#### [AIM OF THE TASK]
Up to and including the line with "#155=IFCINDEXEDPOLYGONALFACE((127,128,156,158));", return every line from the start of the entries below exactly.

*** Opening of RECORDS PROVIDED ***

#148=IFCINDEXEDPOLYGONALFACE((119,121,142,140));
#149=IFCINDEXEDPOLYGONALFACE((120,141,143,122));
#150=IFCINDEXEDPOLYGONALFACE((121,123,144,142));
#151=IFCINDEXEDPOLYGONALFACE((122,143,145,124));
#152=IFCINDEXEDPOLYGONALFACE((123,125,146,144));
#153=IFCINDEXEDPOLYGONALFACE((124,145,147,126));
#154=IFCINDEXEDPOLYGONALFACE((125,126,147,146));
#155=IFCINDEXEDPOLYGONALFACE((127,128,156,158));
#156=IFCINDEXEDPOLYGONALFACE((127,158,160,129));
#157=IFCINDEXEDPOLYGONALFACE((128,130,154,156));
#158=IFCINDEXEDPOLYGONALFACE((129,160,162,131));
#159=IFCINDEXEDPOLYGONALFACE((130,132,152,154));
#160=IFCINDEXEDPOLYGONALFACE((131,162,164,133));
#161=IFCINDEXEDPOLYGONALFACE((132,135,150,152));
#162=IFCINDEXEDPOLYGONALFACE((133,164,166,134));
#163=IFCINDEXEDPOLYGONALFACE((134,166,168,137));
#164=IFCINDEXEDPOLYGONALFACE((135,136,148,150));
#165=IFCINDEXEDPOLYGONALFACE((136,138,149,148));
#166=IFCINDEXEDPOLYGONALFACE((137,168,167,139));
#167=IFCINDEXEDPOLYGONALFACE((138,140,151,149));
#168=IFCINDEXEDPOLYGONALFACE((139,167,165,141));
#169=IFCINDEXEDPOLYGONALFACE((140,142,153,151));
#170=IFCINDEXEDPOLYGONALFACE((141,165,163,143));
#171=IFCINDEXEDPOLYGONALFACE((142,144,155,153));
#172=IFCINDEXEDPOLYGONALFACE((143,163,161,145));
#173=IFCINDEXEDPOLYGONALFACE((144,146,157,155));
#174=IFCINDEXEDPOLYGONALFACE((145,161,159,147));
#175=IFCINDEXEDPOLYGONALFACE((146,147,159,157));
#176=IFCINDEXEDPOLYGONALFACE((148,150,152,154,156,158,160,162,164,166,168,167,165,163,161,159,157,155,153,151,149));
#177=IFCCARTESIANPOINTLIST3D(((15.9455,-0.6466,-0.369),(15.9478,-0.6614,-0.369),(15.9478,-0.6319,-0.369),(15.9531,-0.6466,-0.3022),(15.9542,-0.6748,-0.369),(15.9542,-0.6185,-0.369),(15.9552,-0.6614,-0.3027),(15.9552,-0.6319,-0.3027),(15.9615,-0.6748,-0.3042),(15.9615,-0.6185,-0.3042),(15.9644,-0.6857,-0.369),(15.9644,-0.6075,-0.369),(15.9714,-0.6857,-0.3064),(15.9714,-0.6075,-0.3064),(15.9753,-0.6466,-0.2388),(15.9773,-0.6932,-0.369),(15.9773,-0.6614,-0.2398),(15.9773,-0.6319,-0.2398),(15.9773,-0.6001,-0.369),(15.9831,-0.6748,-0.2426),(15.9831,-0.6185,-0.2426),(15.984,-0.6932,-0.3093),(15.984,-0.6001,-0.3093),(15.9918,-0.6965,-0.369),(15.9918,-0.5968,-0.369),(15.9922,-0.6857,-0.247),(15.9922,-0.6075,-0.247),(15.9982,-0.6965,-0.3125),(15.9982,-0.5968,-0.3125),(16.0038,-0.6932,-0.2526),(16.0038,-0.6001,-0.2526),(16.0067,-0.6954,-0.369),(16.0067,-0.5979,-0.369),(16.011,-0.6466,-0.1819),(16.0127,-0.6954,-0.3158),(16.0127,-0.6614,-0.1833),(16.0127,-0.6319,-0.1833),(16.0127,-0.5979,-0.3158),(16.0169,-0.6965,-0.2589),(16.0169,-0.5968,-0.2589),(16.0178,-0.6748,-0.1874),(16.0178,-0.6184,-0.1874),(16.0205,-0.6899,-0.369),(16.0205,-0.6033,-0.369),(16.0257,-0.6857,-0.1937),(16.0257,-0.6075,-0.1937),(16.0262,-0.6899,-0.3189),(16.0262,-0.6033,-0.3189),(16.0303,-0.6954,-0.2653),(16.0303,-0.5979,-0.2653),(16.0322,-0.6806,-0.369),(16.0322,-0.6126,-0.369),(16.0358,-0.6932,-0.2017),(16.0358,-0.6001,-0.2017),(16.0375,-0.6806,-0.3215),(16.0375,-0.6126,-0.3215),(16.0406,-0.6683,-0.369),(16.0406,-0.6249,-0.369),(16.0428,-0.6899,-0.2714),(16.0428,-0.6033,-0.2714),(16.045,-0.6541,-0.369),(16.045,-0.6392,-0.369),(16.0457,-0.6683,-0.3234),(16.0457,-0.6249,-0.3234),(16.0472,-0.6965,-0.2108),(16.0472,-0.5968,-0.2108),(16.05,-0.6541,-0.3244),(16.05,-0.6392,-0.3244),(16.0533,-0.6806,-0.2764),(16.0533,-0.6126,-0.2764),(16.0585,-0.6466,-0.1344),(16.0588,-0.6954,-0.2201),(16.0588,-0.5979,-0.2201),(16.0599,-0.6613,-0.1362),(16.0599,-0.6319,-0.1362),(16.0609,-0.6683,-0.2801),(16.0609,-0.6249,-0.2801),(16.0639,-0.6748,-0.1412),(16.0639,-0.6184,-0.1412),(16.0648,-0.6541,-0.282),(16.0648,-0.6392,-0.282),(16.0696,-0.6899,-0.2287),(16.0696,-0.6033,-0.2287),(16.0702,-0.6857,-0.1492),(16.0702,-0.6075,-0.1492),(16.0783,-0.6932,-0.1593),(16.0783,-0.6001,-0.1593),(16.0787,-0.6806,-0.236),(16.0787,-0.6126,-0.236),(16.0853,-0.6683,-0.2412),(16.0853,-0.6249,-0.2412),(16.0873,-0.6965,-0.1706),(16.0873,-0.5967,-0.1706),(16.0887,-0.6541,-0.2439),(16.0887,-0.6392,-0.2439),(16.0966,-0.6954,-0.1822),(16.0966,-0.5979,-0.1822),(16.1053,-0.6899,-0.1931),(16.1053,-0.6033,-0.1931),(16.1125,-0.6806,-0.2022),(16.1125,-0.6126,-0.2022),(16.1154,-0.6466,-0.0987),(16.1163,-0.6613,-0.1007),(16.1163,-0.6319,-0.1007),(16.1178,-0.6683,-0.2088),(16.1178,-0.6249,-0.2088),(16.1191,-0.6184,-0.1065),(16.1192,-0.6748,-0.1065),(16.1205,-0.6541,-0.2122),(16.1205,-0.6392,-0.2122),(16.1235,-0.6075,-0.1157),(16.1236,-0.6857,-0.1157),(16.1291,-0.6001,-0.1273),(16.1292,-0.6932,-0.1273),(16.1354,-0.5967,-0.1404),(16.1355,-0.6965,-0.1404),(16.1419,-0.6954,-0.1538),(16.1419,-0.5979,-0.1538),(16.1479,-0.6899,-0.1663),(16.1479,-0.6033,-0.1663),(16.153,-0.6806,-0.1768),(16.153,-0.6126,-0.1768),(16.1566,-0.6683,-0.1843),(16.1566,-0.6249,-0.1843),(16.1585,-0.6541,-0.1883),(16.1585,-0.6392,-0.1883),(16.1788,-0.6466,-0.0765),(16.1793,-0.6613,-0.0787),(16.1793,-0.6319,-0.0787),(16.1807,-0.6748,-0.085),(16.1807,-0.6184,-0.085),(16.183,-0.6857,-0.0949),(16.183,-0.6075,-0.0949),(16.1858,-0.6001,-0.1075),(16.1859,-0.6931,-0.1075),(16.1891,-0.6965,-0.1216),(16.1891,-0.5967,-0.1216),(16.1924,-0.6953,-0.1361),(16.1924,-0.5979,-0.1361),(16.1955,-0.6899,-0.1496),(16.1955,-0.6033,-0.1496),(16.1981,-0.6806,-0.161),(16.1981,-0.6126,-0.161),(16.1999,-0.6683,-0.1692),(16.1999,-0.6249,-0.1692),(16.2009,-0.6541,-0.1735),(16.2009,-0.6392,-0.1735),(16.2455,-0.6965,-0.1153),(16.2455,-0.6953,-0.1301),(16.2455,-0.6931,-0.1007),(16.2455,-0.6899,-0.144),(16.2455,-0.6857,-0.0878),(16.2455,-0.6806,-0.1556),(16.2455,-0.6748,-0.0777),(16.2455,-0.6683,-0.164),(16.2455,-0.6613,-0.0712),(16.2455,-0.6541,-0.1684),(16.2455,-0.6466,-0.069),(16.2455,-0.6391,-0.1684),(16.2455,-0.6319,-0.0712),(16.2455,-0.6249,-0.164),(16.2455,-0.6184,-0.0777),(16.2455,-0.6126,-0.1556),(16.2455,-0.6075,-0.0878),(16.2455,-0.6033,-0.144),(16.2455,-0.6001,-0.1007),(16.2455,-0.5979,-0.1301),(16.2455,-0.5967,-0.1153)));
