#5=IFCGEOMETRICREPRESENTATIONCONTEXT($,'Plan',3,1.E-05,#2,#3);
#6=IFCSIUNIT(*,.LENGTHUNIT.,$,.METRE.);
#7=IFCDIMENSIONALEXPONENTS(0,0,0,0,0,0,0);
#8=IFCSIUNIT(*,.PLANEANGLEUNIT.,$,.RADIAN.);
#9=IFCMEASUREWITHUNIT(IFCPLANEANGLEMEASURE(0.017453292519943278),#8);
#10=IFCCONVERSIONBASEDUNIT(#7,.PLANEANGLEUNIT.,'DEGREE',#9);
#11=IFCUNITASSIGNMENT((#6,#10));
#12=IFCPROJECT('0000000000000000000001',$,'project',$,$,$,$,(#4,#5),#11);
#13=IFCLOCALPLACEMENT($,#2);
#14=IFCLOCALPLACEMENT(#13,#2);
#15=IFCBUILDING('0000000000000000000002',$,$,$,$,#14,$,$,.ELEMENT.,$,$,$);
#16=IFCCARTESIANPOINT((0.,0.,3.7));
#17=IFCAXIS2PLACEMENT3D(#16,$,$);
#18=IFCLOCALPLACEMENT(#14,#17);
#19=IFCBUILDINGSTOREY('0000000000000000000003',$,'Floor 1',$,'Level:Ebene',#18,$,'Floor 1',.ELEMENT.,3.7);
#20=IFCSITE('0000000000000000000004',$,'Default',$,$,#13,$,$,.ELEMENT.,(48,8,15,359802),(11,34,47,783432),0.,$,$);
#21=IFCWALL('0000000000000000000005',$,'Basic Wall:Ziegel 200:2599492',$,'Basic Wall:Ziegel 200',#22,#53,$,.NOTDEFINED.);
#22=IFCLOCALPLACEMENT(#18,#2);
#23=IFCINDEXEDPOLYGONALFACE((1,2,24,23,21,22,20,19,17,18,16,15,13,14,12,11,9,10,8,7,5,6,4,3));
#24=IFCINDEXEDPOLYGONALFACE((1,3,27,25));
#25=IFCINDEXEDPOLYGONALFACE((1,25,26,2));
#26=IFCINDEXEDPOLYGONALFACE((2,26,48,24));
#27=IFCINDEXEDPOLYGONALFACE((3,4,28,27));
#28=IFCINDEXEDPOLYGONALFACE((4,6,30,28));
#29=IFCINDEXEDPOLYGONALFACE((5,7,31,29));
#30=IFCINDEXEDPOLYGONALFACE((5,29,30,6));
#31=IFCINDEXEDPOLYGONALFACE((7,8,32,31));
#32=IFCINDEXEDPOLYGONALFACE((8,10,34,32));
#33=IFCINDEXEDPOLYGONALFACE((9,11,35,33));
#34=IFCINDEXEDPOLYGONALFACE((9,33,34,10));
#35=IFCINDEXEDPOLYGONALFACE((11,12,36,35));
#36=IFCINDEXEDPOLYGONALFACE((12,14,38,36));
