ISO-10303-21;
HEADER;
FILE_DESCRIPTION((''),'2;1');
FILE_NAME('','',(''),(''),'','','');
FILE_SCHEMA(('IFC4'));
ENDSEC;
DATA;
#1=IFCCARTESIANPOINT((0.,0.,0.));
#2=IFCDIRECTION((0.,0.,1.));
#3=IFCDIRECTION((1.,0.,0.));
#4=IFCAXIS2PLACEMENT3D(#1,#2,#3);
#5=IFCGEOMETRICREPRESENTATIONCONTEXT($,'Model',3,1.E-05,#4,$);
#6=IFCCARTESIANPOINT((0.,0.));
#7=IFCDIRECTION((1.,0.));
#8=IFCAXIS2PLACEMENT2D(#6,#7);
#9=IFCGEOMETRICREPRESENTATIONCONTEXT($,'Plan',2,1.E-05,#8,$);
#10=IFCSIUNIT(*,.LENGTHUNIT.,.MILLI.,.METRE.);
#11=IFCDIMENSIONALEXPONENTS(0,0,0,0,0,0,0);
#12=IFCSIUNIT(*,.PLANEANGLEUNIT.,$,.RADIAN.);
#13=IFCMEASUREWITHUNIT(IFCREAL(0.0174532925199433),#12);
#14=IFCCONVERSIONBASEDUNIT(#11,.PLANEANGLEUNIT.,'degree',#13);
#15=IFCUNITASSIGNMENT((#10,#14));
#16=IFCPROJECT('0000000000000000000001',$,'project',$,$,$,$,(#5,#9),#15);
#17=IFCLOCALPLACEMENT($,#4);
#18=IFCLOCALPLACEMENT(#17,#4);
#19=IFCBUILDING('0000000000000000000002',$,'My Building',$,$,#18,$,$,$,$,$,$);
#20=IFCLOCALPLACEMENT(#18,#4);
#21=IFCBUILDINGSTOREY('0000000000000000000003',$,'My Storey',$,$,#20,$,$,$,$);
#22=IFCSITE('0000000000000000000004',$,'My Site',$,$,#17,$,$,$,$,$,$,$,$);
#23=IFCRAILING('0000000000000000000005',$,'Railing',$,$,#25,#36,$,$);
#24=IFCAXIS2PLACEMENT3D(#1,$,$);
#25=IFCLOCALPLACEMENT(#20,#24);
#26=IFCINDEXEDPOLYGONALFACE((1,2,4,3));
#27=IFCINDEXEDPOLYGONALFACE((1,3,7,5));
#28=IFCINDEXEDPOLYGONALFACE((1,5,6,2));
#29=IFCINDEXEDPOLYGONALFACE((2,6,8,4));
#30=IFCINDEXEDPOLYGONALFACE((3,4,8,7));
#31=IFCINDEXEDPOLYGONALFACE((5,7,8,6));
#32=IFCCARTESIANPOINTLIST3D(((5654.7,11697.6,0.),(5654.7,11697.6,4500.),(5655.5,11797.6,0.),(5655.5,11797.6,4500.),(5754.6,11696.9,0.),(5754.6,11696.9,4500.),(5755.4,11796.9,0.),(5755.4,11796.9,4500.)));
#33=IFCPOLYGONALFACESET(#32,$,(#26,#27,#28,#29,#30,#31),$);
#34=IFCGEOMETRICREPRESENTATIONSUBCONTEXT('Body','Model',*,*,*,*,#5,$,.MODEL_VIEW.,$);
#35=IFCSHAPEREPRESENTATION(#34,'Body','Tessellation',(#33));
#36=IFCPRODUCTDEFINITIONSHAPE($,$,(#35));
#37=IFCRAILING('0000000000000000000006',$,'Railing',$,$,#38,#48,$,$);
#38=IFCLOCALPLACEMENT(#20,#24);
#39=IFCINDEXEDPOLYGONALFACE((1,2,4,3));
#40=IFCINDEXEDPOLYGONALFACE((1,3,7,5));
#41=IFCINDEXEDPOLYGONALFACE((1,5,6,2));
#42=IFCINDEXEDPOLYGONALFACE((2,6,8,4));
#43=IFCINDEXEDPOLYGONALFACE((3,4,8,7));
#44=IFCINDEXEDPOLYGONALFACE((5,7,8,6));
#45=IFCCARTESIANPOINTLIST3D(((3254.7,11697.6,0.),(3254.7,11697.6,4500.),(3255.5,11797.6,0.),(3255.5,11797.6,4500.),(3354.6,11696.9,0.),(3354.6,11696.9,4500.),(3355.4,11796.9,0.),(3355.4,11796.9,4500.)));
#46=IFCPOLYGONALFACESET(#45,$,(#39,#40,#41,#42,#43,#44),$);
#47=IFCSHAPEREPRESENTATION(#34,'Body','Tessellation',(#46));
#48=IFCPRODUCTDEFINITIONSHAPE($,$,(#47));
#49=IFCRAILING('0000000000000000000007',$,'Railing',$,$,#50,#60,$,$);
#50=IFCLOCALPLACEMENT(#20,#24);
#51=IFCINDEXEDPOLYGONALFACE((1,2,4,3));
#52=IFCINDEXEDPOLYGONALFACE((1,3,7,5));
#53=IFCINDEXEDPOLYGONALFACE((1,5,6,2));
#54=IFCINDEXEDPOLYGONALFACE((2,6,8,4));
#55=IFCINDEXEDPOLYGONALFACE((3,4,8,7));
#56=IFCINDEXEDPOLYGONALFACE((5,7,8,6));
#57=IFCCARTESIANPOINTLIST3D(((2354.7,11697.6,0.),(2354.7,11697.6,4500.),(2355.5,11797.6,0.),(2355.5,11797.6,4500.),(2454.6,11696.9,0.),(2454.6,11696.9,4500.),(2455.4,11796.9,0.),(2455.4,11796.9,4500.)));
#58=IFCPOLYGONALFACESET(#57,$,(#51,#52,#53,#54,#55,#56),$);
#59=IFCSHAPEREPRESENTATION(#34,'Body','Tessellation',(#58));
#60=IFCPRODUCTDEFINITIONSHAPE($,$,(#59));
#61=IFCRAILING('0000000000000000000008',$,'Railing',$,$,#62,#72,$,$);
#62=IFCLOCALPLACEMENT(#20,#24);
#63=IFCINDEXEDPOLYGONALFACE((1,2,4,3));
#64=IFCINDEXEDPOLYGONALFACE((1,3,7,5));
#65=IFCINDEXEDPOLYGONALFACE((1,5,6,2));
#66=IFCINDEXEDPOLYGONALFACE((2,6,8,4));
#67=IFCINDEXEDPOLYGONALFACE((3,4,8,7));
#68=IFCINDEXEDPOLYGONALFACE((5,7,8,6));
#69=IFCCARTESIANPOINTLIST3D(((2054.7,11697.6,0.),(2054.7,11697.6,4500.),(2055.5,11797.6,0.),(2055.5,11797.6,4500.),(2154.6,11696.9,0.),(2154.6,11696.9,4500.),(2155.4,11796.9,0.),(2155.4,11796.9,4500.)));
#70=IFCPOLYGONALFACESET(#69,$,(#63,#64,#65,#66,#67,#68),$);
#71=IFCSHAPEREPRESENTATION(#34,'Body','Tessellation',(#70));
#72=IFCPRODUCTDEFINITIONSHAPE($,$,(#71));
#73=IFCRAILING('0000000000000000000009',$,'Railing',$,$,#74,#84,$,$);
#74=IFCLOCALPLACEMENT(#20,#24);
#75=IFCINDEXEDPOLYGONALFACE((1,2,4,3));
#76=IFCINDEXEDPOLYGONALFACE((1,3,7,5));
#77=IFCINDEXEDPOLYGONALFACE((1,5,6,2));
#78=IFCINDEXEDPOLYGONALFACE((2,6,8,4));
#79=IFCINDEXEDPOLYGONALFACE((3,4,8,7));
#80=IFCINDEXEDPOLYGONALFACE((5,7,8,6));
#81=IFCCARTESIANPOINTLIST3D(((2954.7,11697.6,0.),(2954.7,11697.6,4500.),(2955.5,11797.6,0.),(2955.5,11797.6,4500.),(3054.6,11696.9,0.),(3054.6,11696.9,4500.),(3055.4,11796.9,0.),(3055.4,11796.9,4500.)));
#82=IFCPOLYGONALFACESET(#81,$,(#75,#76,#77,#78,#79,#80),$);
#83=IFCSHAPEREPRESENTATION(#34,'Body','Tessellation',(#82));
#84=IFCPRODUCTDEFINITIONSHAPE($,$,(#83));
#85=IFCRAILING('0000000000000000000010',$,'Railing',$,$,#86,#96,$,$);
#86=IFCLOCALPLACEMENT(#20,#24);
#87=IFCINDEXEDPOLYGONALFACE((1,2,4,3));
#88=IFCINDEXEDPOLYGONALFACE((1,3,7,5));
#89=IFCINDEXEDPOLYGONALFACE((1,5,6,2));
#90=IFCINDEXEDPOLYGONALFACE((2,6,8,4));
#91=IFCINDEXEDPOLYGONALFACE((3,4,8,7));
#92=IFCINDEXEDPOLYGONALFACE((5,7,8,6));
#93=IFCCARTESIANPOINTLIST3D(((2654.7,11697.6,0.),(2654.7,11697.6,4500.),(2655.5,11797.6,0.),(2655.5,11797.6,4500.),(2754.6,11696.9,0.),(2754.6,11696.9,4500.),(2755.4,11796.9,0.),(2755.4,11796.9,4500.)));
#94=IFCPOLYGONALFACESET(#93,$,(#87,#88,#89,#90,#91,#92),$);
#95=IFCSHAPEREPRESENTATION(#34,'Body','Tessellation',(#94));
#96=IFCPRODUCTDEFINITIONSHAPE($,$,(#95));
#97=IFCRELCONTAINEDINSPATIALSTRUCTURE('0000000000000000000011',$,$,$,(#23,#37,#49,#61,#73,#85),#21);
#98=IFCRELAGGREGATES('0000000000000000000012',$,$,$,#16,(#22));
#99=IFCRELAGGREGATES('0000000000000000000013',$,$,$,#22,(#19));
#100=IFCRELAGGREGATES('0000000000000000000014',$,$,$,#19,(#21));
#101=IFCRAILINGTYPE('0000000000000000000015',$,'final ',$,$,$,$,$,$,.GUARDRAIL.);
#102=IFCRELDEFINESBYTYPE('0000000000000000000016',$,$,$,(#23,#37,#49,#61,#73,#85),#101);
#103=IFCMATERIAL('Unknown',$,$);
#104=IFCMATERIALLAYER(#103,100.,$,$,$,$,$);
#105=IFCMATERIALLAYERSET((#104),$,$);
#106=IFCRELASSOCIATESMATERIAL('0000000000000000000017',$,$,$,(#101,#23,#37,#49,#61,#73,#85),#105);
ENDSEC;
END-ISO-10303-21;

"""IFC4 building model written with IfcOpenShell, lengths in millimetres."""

from ifc_helpers import new_model, entity, si_unit, converted_unit, frame, origin_with_axes, origin_2d_with_axis, place, context, subcontext, project, spatial, line, indexed_curve, outline, extrude, material, layer, layer_set, layer_usage, type_object, element, save


model = new_model("IFC4")

# Units and contexts
model_context = context("Model", 3, precision=1e-05, world=origin_with_axes())
plan_context = context("Plan", 2, precision=1e-05, world=origin_2d_with_axis())
body_context = subcontext(model_context, "Body", "Model", "MODEL_VIEW")
ifc_project = project(units=[si_unit("LENGTHUNIT", "METRE", prefix="MILLI"), converted_unit("PLANEANGLEUNIT", "degree", entity("IfcReal", 0.0174532925199433), si_unit("PLANEANGLEUNIT", "RADIAN"), dimensions=[0, 0, 0, 0, 0, 0, 0])], contexts=[model_context, plan_context])

# Site, building, storey
site_placement = place(None, origin_with_axes())
site = spatial("IfcSite", under=ifc_project, at=site_placement, Name="My Site")
building_placement = place(site_placement, origin_with_axes())
building = spatial("IfcBuilding", under=site, at=building_placement, Name="My Building")
storey_placement = place(building_placement, origin_with_axes())
storey = spatial("IfcBuildingStorey", under=building, at=storey_placement, Name="My Storey")

# Shared definitions
ifc_material = material(Name="Unknown")

# Railings
ifc_layer_1 = layer(ifc_material, 100.0)
ifc_layer_set_1 = layer_set([ifc_layer_1])
railing_type = type_object("IfcRailingType", Name="final ", PredefinedType="GUARDRAIL", material=ifc_layer_set_1)
ifc_layer_usage_1 = layer_usage(ifc_layer_set_1, "AXIS2", "POSITIVE", 0.0)
railing_1_placement = place(storey_placement, frame((5755.4, 11796.9, 0.0), z_axis=(0.0, 0.0, 1.0), x_axis=(-0.99997, 0.007689, 0.0)))
element("IfcRailing", 1, at=railing_1_placement, inside=storey, type_object=railing_type, material=ifc_layer_usage_1, Name="Railing", context=body_context, shape_type="SweptSolid", body=[
    extrude(outline(indexed_curve([(0.0, 0.0), (0.0, 100.0), (99.8, 100.0), (99.8, 0.0)], segments=[line(1, 2, 3, 4, 1)])), origin_with_axes(), (0.0, 0.0, 1.0), 4500.0),
])
ifc_layer_usage_2 = layer_usage(ifc_layer_set_1, "AXIS2", "POSITIVE", 0.0)
railing_2_placement = place(storey_placement, frame((3355.4, 11796.9, 0.0), z_axis=(0.0, 0.0, 1.0), x_axis=(-0.99997, 0.007689, 0.0)))
element("IfcRailing", 2, at=railing_2_placement, inside=storey, type_object=railing_type, material=ifc_layer_usage_2, Name="Railing", context=body_context, shape_type="SweptSolid", body=[
    extrude(outline(indexed_curve([(0.0, 0.0), (0.0, 100.0), (99.8, 100.0), (99.8, 0.0)], segments=[line(1, 2, 3, 4, 1)])), origin_with_axes(), (0.0, 0.0, 1.0), 4500.0),
])
ifc_layer_usage_3 = layer_usage(ifc_layer_set_1, "AXIS2", "POSITIVE", 0.0)
railing_3_placement = place(storey_placement, frame((2455.4, 11796.9, 0.0), z_axis=(0.0, 0.0, 1.0), x_axis=(-0.99997, 0.007689, 0.0)))
element("IfcRailing", 3, at=railing_3_placement, inside=storey, type_object=railing_type, material=ifc_layer_usage_3, Name="Railing", context=body_context, shape_type="SweptSolid", body=[
    extrude(outline(indexed_curve([(0.0, 0.0), (0.0, 100.0), (99.8, 100.0), (99.8, 0.0)], segments=[line(1, 2, 3, 4, 1)])), origin_with_axes(), (0.0, 0.0, 1.0), 4500.0),
])
ifc_layer_usage_4 = layer_usage(ifc_layer_set_1, "AXIS2", "POSITIVE", 0.0)
railing_4_placement = place(storey_placement, frame((2155.4, 11796.9, 0.0), z_axis=(0.0, 0.0, 1.0), x_axis=(-0.99997, 0.007689, 0.0)))
element("IfcRailing", 4, at=railing_4_placement, inside=storey, type_object=railing_type, material=ifc_layer_usage_4, Name="Railing", context=body_context, shape_type="SweptSolid", body=[
    extrude(outline(indexed_curve([(0.0, 0.0), (0.0, 100.0), (99.8, 100.0), (99.8, 0.0)], segments=[line(1, 2, 3, 4, 1)])), origin_with_axes(), (0.0, 0.0, 1.0), 4500.0),
])
ifc_layer_usage_5 = layer_usage(ifc_layer_set_1, "AXIS2", "POSITIVE", 0.0)
railing_5_placement = place(storey_placement, frame((3055.4, 11796.9, 0.0), z_axis=(0.0, 0.0, 1.0), x_axis=(-0.99997, 0.007689, 0.0)))
element("IfcRailing", 5, at=railing_5_placement, inside=storey, type_object=railing_type, material=ifc_layer_usage_5, Name="Railing", context=body_context, shape_type="SweptSolid", body=[
    extrude(outline(indexed_curve([(0.0, 0.0), (0.0, 100.0), (99.8, 100.0), (99.8, 0.0)], segments=[line(1, 2, 3, 4, 1)])), origin_with_axes(), (0.0, 0.0, 1.0), 4500.0),
])
ifc_layer_usage_6 = layer_usage(ifc_layer_set_1, "AXIS2", "POSITIVE", 0.0)
railing_6_placement = place(storey_placement, frame((2755.4, 11796.9, 0.0), z_axis=(0.0, 0.0, 1.0), x_axis=(-0.99997, 0.007689, 0.0)))
element("IfcRailing", 6, at=railing_6_placement, inside=storey, type_object=railing_type, material=ifc_layer_usage_6, Name="Railing", context=body_context, shape_type="SweptSolid", body=[
    extrude(outline(indexed_curve([(0.0, 0.0), (0.0, 100.0), (99.8, 100.0), (99.8, 0.0)], segments=[line(1, 2, 3, 4, 1)])), origin_with_axes(), (0.0, 0.0, 1.0), 4500.0),
])

save(model, "model.ifc")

*** Close of RECORDS PROVIDED ***

#### [WRITTEN SOLUTION]
#148=IFCINDEXEDPOLYGONALFACE((119,121,142,140));
#149=IFCINDEXEDPOLYGONALFACE((120,141,143,122));
#150=IFCINDEXEDPOLYGONALFACE((121,123,144,142));
#151=IFCINDEXEDPOLYGONALFACE((122,143,145,124));
#152=IFCINDEXEDPOLYGONALFACE((123,125,146,144));
#153=IFCINDEXEDPOLYGONALFACE((124,145,147,126));
#154=IFCINDEXEDPOLYGONALFACE((125,126,147,146));
#155=IFCINDEXEDPOLYGONALFACE((127,128,156,158));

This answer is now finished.